Des recrutements, des nominations, les salaires sur base des critères racistes

Dans le rapport, Lorriann Robinson, membre de la société de conseil internationale Advocacy Team, a fait de déclaration qui ont laissé les députés sans mots. Par exemple, les grilles salariales du Bureau des affaires étrangères, du Commonwealth et du développement -FCDO- pratiquent une discrimination salariale basée sur la race. Un professionnel local, avec 15 ans d’expérience et travaillant aux côtés d’un diplômé du Royaume-Uni avec deux ans d’expérience seulement, gagne moins que ce dernier. « C’est un exemple des inégalités entre les groupes raciaux », a-t-elle conclu.

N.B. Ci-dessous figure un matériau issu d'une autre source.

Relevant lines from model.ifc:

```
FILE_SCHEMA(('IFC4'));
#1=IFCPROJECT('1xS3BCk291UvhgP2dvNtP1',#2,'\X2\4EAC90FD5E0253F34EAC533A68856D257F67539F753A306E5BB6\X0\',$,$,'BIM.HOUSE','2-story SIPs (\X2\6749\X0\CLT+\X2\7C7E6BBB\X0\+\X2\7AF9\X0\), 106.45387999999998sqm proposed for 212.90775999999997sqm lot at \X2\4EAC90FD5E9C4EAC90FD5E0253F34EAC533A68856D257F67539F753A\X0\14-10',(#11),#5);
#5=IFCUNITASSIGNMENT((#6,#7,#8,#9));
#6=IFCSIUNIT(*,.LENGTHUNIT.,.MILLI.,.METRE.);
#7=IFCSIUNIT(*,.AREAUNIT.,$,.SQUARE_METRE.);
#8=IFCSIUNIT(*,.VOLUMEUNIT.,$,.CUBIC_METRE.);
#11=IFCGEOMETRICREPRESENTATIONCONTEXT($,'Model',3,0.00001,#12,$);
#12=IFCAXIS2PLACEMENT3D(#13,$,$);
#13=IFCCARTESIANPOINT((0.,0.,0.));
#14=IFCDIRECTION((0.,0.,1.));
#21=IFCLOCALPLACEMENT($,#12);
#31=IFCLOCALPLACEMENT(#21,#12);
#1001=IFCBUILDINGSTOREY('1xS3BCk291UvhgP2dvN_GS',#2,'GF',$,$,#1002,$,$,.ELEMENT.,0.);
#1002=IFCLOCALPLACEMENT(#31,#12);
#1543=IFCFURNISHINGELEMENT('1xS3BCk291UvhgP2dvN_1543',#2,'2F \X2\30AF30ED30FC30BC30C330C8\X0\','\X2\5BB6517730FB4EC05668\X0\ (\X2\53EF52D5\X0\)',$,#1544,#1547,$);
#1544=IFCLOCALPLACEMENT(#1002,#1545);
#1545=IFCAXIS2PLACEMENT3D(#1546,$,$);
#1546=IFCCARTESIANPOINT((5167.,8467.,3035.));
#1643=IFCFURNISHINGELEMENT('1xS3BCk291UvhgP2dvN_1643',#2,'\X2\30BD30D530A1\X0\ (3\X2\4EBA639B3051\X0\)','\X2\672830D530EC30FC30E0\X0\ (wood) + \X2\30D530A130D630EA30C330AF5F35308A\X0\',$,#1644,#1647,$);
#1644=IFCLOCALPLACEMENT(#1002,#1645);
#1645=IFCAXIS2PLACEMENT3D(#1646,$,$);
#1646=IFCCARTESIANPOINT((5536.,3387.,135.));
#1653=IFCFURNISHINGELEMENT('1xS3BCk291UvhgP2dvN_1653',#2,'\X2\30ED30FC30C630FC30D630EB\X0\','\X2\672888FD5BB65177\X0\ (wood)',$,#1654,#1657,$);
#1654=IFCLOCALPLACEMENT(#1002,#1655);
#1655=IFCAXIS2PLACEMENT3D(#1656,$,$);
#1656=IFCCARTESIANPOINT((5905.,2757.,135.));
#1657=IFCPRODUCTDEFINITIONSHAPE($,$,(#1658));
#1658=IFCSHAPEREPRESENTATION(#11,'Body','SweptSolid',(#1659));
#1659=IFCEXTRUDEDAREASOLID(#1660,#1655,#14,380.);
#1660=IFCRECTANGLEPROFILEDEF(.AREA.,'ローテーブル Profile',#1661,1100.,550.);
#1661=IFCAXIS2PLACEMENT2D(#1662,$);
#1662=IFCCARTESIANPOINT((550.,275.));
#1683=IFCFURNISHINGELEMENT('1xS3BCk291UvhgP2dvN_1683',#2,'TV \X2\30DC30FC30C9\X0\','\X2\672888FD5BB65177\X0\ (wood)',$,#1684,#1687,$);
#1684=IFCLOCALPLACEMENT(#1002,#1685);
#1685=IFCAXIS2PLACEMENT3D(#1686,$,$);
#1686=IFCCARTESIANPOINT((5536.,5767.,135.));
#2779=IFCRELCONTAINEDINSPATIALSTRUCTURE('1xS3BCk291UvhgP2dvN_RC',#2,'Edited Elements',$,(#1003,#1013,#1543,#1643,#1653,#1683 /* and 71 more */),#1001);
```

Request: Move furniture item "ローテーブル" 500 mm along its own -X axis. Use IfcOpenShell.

```python
import ifcopenshell
import ifcopenshell.api.geometry
import ifcopenshell.util.placement

model = ifcopenshell.open("model.ifc")

item = model.by_guid("1xS3BCk291UvhgP2dvN_1653")
matrix = ifcopenshell.util.placement.get_local_placement(item.ObjectPlacement)
matrix[:3, 3] -= matrix[:3, 0] * 500.0
ifcopenshell.api.geometry.edit_object_placement(model, product=item, matrix=matrix, is_si=False)

print(ifcopenshell.util.placement.get_local_placement(item.ObjectPlacement).round(3) + 0.0)

model.write("model-out.ifc")
```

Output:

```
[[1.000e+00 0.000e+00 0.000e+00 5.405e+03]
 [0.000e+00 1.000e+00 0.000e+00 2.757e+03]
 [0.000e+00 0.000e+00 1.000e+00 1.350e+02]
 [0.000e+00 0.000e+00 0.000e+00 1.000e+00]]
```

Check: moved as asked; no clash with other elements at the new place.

De son côté, Sarah Champion, qui préside le comité de développement international, a déclaré que « Le secteur de l’aide existe pour aider ceux qui en ont besoin. Mais il ne peut pas le faire efficacement tant qu’il ne s’attaque pas aux déséquilibres de pouvoir fondamentaux qui existent au sein de ses structures et qui permettent aux pratiques racistes de se perpétuer… »

En effet, le rapport note que les conseils d’administration et les postes de direction des ONG sont dominés par des Blancs et basés dans des pays à revenu élevé comme le Royaume-Uni. Cette attitude est le fait de la fausse croyance qui veut que les meilleures pratiques proviennent des États riches.

Themrise Khan, un professionnel du développement international du Pakistan, va plus loin dans sa conclusion. Pour lui, l’aide devient « un autre moyen de se livrer à des pratiques racistes ». Destinée, au départ, à reconstruire les pays après la fin de la domination coloniale, l’aide a fini par être « un moyen pour les anciens colonisateurs de continuer à contrôler la plupart de leurs anciennes colonies… », note Themrise Khan.

Les députés constatent malheureusement qu’actuellement toutes les décisions sur les dépenses d’aide sont souvent prises au niveau des sièges des bailleurs de fonds européens et nord-américains totalement détachés des communautés qu’ils prétendent servir. Ils recommandent le FCDO et les organisations d’aide internationale à transférer le pouvoir de décision et les ressources aux communautés dans lesquelles ils travaillent.